#### Input material:
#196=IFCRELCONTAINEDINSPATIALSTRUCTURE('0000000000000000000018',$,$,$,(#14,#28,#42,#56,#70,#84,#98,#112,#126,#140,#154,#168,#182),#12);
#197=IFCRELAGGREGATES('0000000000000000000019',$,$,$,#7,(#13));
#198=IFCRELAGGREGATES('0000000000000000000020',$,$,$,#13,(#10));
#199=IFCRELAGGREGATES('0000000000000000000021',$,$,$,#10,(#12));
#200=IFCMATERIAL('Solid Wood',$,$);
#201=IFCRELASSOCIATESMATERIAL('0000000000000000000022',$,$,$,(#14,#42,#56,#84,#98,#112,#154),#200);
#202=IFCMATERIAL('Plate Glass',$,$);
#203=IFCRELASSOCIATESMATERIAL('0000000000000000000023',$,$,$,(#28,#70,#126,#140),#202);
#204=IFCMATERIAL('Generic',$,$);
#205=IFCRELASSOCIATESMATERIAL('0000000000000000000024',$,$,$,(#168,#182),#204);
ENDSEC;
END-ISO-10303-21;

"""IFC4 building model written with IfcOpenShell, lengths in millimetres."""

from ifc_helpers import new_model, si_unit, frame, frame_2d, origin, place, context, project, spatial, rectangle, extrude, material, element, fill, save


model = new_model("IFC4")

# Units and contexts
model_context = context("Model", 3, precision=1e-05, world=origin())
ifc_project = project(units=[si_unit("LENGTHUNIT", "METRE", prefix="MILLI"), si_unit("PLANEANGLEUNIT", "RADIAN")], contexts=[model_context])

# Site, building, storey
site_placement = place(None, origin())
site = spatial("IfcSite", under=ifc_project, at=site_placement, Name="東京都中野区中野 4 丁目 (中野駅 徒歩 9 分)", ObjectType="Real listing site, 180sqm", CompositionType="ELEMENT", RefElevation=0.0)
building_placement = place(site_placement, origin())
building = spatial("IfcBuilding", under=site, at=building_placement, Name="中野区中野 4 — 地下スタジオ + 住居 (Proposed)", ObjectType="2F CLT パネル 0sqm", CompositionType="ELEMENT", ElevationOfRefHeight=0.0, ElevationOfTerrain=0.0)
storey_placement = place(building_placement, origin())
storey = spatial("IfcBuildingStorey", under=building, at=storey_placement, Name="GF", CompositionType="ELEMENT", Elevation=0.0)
* * *
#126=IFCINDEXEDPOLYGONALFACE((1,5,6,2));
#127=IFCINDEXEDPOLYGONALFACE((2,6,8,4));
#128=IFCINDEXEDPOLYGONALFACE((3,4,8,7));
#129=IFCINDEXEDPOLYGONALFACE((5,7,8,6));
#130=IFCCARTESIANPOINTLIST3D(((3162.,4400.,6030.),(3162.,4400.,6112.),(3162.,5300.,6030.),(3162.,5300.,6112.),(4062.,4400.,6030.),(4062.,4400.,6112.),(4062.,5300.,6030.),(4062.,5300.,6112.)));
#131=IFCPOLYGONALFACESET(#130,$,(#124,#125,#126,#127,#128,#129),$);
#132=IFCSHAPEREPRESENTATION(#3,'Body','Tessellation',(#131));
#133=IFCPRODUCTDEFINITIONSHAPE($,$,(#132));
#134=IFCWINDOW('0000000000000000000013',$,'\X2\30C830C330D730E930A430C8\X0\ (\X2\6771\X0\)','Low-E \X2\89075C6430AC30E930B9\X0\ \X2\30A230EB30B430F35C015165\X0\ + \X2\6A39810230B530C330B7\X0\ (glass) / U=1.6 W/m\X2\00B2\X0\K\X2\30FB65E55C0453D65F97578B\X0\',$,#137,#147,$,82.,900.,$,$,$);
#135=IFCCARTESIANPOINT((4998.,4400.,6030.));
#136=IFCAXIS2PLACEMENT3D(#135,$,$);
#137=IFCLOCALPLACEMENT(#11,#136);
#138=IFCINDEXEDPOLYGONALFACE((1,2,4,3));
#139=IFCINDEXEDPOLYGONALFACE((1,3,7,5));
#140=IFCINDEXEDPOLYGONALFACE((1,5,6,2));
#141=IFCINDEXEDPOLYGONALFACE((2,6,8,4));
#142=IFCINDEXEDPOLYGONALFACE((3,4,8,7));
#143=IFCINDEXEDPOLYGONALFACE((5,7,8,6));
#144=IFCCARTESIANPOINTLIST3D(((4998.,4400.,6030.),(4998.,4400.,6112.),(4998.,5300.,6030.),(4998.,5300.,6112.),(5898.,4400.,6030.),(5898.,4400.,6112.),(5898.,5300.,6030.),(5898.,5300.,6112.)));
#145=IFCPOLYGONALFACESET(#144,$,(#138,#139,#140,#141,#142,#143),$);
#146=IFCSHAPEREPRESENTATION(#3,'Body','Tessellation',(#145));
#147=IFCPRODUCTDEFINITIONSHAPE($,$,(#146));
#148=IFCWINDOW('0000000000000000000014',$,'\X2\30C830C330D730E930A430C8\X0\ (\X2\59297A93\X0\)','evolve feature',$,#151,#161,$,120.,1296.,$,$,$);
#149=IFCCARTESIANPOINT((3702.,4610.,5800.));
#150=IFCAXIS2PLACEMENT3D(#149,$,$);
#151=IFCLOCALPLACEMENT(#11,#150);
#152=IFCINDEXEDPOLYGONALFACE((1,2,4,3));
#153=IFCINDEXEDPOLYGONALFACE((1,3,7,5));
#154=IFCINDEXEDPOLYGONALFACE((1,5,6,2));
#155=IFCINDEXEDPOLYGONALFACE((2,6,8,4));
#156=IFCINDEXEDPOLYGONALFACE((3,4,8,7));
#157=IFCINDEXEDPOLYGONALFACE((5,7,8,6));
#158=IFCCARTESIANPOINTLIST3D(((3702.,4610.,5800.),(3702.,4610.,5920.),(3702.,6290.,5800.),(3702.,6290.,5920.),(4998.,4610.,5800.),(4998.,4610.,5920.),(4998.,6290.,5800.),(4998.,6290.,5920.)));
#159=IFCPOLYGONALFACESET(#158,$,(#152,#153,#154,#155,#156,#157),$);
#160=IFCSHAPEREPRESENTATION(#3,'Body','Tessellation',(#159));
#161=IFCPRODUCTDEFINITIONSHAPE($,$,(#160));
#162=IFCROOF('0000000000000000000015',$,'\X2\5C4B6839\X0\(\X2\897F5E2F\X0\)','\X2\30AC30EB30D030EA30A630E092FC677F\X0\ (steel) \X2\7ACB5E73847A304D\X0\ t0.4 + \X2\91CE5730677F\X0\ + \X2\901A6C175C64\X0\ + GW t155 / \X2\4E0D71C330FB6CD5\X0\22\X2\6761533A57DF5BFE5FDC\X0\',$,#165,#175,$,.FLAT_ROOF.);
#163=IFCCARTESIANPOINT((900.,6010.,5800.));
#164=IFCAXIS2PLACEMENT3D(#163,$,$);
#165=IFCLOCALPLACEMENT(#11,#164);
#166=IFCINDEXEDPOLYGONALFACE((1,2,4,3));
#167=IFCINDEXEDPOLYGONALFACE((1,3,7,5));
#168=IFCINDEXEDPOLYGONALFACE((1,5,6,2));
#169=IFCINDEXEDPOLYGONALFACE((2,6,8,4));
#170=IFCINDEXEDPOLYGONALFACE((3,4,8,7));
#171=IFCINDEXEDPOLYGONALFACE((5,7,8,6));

#### What to work on:
Working from the material above, retype exactly the lines from the one with "#143=IFCINDEXEDPOLYGONALFACE((5,7,8,6));" through the one with "#163=IFCCARTESIANPOINT((900.,6010.,5800.));", both included, and only those lines.

#### Problem solution:
#143=IFCINDEXEDPOLYGONALFACE((5,7,8,6));
#144=IFCCARTESIANPOINTLIST3D(((4998.,4400.,6030.),(4998.,4400.,6112.),(4998.,5300.,6030.),(4998.,5300.,6112.),(5898.,4400.,6030.),(5898.,4400.,6112.),(5898.,5300.,6030.),(5898.,5300.,6112.)));
#145=IFCPOLYGONALFACESET(#144,$,(#138,#139,#140,#141,#142,#143),$);
#146=IFCSHAPEREPRESENTATION(#3,'Body','Tessellation',(#145));
#147=IFCPRODUCTDEFINITIONSHAPE($,$,(#146));
#148=IFCWINDOW('0000000000000000000014',$,'\X2\30C830C330D730E930A430C8\X0\ (\X2\59297A93\X0\)','evolve feature',$,#151,#161,$,120.,1296.,$,$,$);
#149=IFCCARTESIANPOINT((3702.,4610.,5800.));
#150=IFCAXIS2PLACEMENT3D(#149,$,$);
#151=IFCLOCALPLACEMENT(#11,#150);
#152=IFCINDEXEDPOLYGONALFACE((1,2,4,3));
#153=IFCINDEXEDPOLYGONALFACE((1,3,7,5));
#154=IFCINDEXEDPOLYGONALFACE((1,5,6,2));
#155=IFCINDEXEDPOLYGONALFACE((2,6,8,4));
#156=IFCINDEXEDPOLYGONALFACE((3,4,8,7));
#157=IFCINDEXEDPOLYGONALFACE((5,7,8,6));
#158=IFCCARTESIANPOINTLIST3D(((3702.,4610.,5800.),(3702.,4610.,5920.),(3702.,6290.,5800.),(3702.,6290.,5920.),(4998.,4610.,5800.),(4998.,4610.,5920.),(4998.,6290.,5800.),(4998.,6290.,5920.)));
#159=IFCPOLYGONALFACESET(#158,$,(#152,#153,#154,#155,#156,#157),$);
#160=IFCSHAPEREPRESENTATION(#3,'Body','Tessellation',(#159));
#161=IFCPRODUCTDEFINITIONSHAPE($,$,(#160));
#162=IFCROOF('0000000000000000000015',$,'\X2\5C4B6839\X0\(\X2\897F5E2F\X0\)','\X2\30AC30EB30D030EA30A630E092FC677F\X0\ (steel) \X2\7ACB5E73847A304D\X0\ t0.4 + \X2\91CE5730677F\X0\ + \X2\901A6C175C64\X0\ + GW t155 / \X2\4E0D71C330FB6CD5\X0\22\X2\6761533A57DF5BFE5FDC\X0\',$,#165,#175,$,.FLAT_ROOF.);
#163=IFCCARTESIANPOINT((900.,6010.,5800.));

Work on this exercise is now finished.